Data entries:

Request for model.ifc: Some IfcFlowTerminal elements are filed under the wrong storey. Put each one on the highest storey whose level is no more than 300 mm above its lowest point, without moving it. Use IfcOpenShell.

First a look at what the model holds.

```python
import ifcopenshell
import ifcopenshell.util.element
import ifcopenshell.util.placement

model = ifcopenshell.open("model.ifc")
print(model.schema)
for storey in model.by_type("IfcBuildingStorey"):
    level = ifcopenshell.util.placement.get_storey_elevation(storey)
    count = sum(e.is_a("IfcFlowTerminal") for e in ifcopenshell.util.element.get_contained(storey))
    print(storey.id(), storey.Name, round(level, 3), count, sep=" | ")
```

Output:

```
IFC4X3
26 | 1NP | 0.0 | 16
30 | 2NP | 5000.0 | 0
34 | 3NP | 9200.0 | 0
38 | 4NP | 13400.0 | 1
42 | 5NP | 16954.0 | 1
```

```python
import ifcopenshell
import ifcopenshell.api.spatial
import ifcopenshell.geom
import ifcopenshell.util.element
import ifcopenshell.util.placement
import ifcopenshell.util.shape
import ifcopenshell.util.unit

model = ifcopenshell.open("model.ifc")
unit_scale = ifcopenshell.util.unit.calculate_unit_scale(model)
settings = ifcopenshell.geom.settings()

levels = sorted(
    ((ifcopenshell.util.placement.get_storey_elevation(s) * unit_scale, s) for s in model.by_type("IfcBuildingStorey")),
    key=lambda pair: pair[0],
)

for e in model.by_type("IfcFlowTerminal"):
    current = e.ContainedInStructure[0].RelatingStructure if e.ContainedInStructure else None
    if current is None or not current.is_a("IfcBuildingStorey"):
        continue
    shape = ifcopenshell.geom.create_shape(settings, e)
    bottom = ifcopenshell.util.shape.get_shape_bottom_elevation(shape, shape.geometry)
    below = [s for level, s in levels if level <= bottom + 0.3]
    storey = below[-1] if below else levels[0][1]
    if storey != current:
        # assign_container keeps the world position.
        ifcopenshell.api.spatial.assign_container(model, products=[e], relating_structure=storey)
        print(e.id(), current.Name, "->", storey.Name)

model.write("model_edited.ifc")
```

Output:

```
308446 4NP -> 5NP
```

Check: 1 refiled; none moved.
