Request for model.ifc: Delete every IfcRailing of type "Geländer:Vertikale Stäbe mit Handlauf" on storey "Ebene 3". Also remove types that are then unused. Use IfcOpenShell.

First a look at what the model holds.

```python
import ifcopenshell
import ifcopenshell.util.element

model = ifcopenshell.open("model.ifc")
print(model.schema)
storey = next(s for s in model.by_type("IfcBuildingStorey") if s.Name == "Ebene 3")
railings = [e for e in ifcopenshell.util.element.get_decomposition(storey) if e.is_a("IfcRailing")]
seen = {}
for e in railings:
    element_type = ifcopenshell.util.element.get_type(e)
    name = element_type.Name if element_type not in (None, e) else None
    seen[name] = seen.get(name, 0) + 1
for name, count in sorted(seen.items(), key=str):
    print(count, "x", name)
```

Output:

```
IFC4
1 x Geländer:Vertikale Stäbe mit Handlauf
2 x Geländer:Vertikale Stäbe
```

```python
import ifcopenshell
import ifcopenshell.api.root
import ifcopenshell.util.element

model = ifcopenshell.open("model.ifc")

storey = next(s for s in model.by_type("IfcBuildingStorey") if s.Name == "Ebene 3")
railings = [e for e in ifcopenshell.util.element.get_decomposition(storey) if e.is_a("IfcRailing")]
targets = [e for e in railings if (t := ifcopenshell.util.element.get_type(e)) not in (None, e) and t.Name == "Geländer:Vertikale Stäbe mit Handlauf"]
types = {ifcopenshell.util.element.get_type(e) for e in targets} - {None, *targets}

for e in targets:
    ifcopenshell.api.root.remove_product(model, product=e)
print(len(targets), "removed")

unused = [t for t in types if not ifcopenshell.util.element.get_types(t)]
for t in unused:
    ifcopenshell.api.root.remove_product(model, product=t)
print(len(unused), "unused types removed")

model.write("model_v2.ifc")
```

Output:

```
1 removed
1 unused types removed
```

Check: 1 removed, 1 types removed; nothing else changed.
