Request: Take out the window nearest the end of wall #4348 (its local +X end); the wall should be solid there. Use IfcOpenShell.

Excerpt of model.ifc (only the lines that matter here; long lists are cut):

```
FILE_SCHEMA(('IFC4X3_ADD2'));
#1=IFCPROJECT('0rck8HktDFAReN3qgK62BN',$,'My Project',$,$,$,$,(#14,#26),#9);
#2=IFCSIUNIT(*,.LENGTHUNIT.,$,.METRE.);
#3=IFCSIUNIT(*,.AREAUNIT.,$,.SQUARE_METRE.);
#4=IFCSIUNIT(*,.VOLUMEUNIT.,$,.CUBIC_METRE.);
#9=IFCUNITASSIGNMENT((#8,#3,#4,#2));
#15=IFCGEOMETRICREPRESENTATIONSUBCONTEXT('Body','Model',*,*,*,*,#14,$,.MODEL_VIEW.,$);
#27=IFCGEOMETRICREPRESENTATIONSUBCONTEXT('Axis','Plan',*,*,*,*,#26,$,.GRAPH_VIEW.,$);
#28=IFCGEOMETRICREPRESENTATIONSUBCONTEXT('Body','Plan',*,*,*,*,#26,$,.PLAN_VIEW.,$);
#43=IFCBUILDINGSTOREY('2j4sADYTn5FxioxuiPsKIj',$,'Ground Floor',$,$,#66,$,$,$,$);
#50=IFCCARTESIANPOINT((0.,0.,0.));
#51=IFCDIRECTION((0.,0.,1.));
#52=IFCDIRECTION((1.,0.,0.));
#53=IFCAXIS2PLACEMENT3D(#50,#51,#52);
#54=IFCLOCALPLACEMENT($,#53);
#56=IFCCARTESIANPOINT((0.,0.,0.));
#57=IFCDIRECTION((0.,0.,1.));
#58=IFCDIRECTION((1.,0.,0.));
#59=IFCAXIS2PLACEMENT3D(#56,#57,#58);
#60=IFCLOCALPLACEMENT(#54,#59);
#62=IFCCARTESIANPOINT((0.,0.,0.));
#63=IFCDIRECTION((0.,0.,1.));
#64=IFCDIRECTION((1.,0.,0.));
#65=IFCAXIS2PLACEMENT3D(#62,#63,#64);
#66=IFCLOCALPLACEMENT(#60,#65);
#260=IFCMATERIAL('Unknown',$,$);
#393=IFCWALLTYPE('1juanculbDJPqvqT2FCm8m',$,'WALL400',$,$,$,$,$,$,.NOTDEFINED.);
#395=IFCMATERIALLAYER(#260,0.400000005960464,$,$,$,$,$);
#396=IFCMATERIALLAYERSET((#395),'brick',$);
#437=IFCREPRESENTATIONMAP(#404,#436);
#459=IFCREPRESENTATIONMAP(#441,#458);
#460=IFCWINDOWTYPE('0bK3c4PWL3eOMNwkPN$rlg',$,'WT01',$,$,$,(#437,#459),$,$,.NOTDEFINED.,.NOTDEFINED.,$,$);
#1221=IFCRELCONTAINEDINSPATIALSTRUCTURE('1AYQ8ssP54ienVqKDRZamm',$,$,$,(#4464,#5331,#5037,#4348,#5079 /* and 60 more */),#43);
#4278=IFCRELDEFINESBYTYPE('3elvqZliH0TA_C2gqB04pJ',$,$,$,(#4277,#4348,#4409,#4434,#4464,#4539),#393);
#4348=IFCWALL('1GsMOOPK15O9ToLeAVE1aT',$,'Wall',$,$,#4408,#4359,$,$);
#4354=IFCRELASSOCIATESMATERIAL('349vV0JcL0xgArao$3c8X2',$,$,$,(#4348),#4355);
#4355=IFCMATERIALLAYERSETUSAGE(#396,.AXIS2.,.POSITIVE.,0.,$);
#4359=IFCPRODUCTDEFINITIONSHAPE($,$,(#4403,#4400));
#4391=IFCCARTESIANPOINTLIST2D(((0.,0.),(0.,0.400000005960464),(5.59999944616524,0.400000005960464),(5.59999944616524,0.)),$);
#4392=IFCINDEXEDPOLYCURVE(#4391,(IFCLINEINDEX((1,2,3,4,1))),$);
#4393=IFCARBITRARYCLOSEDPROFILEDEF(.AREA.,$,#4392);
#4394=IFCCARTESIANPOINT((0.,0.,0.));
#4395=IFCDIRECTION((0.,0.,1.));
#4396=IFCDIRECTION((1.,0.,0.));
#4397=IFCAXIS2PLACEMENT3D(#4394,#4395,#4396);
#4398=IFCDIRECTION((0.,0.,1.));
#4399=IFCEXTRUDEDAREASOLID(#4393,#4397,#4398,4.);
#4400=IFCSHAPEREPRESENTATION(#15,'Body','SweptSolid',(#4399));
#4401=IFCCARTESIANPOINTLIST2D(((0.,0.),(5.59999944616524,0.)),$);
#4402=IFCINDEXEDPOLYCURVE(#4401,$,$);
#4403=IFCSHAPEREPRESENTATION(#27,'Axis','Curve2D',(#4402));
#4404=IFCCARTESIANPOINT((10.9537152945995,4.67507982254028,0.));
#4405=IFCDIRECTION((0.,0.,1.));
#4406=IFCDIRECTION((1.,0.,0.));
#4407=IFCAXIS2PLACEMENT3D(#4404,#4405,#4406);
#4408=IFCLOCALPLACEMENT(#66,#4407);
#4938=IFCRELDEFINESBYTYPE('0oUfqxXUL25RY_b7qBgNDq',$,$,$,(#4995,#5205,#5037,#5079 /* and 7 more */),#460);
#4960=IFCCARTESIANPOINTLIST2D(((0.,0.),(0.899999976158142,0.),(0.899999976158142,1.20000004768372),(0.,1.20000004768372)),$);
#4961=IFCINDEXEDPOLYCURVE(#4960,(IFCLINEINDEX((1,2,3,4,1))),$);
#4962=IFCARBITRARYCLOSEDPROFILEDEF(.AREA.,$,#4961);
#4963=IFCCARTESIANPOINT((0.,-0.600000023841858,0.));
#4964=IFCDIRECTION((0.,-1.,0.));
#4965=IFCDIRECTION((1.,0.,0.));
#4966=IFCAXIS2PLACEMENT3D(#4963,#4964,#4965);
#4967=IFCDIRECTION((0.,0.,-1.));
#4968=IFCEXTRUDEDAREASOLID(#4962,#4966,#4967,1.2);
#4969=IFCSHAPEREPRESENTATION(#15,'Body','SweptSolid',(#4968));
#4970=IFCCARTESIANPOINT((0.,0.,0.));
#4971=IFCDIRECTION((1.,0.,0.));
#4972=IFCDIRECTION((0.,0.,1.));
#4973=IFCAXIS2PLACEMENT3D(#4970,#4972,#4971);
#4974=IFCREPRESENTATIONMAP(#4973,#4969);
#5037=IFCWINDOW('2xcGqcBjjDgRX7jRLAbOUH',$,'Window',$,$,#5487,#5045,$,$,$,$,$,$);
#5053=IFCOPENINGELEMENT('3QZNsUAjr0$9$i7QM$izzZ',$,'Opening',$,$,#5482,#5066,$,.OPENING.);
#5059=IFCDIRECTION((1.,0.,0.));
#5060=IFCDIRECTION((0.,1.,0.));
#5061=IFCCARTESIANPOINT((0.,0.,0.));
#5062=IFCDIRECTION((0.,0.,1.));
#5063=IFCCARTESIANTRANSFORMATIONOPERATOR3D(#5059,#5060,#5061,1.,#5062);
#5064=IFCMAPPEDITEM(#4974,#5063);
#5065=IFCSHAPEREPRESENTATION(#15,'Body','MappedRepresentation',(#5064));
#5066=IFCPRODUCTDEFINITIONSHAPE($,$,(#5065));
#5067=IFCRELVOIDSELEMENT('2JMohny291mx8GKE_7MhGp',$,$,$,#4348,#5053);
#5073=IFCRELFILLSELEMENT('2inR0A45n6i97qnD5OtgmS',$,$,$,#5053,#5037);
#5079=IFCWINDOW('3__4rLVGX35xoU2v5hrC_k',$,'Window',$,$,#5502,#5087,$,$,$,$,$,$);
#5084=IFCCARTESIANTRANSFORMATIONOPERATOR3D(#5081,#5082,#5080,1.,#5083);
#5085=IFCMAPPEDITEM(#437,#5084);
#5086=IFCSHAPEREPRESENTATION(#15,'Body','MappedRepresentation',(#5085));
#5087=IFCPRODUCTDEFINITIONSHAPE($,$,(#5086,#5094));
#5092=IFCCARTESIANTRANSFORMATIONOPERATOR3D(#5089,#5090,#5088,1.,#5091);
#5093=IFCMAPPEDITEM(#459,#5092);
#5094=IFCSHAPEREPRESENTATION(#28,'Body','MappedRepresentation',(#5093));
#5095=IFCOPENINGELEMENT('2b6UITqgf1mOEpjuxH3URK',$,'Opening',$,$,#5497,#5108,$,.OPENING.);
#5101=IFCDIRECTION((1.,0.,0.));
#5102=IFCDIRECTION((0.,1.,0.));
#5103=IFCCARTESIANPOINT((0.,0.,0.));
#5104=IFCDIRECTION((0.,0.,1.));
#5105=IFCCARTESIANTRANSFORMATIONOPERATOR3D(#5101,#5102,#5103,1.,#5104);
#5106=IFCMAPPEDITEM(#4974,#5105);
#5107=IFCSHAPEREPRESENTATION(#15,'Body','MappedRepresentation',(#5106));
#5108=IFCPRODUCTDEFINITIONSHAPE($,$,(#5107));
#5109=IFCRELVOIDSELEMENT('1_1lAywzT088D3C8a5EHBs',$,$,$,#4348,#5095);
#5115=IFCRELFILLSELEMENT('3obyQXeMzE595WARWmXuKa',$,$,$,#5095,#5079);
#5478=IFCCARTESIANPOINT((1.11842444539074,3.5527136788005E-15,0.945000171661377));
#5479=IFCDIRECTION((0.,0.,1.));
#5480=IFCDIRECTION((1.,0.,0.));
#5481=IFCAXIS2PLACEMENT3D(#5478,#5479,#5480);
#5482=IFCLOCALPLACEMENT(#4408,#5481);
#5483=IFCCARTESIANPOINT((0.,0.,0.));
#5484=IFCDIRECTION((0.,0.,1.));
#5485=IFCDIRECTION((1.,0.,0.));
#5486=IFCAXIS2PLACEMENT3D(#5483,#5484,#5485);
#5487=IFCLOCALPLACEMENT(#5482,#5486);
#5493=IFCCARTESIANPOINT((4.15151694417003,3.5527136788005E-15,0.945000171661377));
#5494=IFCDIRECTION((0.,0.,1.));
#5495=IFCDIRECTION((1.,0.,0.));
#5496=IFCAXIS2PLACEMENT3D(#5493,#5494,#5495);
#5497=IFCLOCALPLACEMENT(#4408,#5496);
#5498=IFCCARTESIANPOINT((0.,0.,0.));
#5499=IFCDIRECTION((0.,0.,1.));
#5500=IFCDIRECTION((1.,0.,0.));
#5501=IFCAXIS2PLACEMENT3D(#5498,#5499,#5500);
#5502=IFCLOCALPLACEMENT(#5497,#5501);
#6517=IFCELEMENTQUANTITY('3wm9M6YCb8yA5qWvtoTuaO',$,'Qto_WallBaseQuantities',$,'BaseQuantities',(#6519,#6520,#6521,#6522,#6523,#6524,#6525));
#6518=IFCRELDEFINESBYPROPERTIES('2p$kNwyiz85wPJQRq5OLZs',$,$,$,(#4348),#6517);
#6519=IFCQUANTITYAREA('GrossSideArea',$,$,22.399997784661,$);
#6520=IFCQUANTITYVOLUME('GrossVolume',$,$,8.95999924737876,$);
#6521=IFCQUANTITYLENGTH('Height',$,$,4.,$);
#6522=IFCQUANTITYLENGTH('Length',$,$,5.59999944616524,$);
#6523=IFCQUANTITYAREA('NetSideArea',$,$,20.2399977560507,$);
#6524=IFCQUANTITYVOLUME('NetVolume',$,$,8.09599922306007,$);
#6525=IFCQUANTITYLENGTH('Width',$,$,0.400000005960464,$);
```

```python
import ifcopenshell
import ifcopenshell.api.feature
import ifcopenshell.api.pset
import ifcopenshell.api.root
import ifcopenshell.geom
import ifcopenshell.util.element
import ifcopenshell.util.shape
import ifcopenshell.util.unit

model = ifcopenshell.open("model.ifc")
area_scale = ifcopenshell.util.unit.calculate_unit_scale(model, "AREAUNIT")
volume_scale = ifcopenshell.util.unit.calculate_unit_scale(model, "VOLUMEUNIT")
settings = ifcopenshell.geom.settings()


def volume(element):
    """Net volume in cubic metres, openings subtracted."""
    shape = ifcopenshell.geom.create_shape(settings, element)
    return ifcopenshell.util.shape.get_volume(shape.geometry)


window = model.by_guid("3__4rLVGX35xoU2v5hrC_k")
opening = window.FillsVoids[0].RelatingOpeningElement
wall = opening.VoidsElements[0].RelatingBuildingElement
before = volume(wall)

ifcopenshell.api.root.remove_product(model, product=window)
ifcopenshell.api.feature.remove_feature(model, feature=opening)

after = volume(wall)
thickness = 0.4  # wall thickness in metres

# Update the wall's stored quantities.
qto = model.by_id(ifcopenshell.util.element.get_pset(wall, "Qto_WallBaseQuantities", should_inherit=False)["id"])
ifcopenshell.api.pset.edit_qto(model, qto=qto, properties={
    "NetSideArea": after / thickness / area_scale,
    "NetVolume": after / volume_scale,
})

print(f"wall volume {before:.3f} -> {after:.3f} m3")

model.write("model_updated.ifc")
```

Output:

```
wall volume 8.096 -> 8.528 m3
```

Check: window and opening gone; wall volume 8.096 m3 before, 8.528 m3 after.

- [EXERCISE DETAILS]
Write only the number of lines above that contain "IFCLOCALPLACEMENT".

- [SOLVED EXERCISE]
8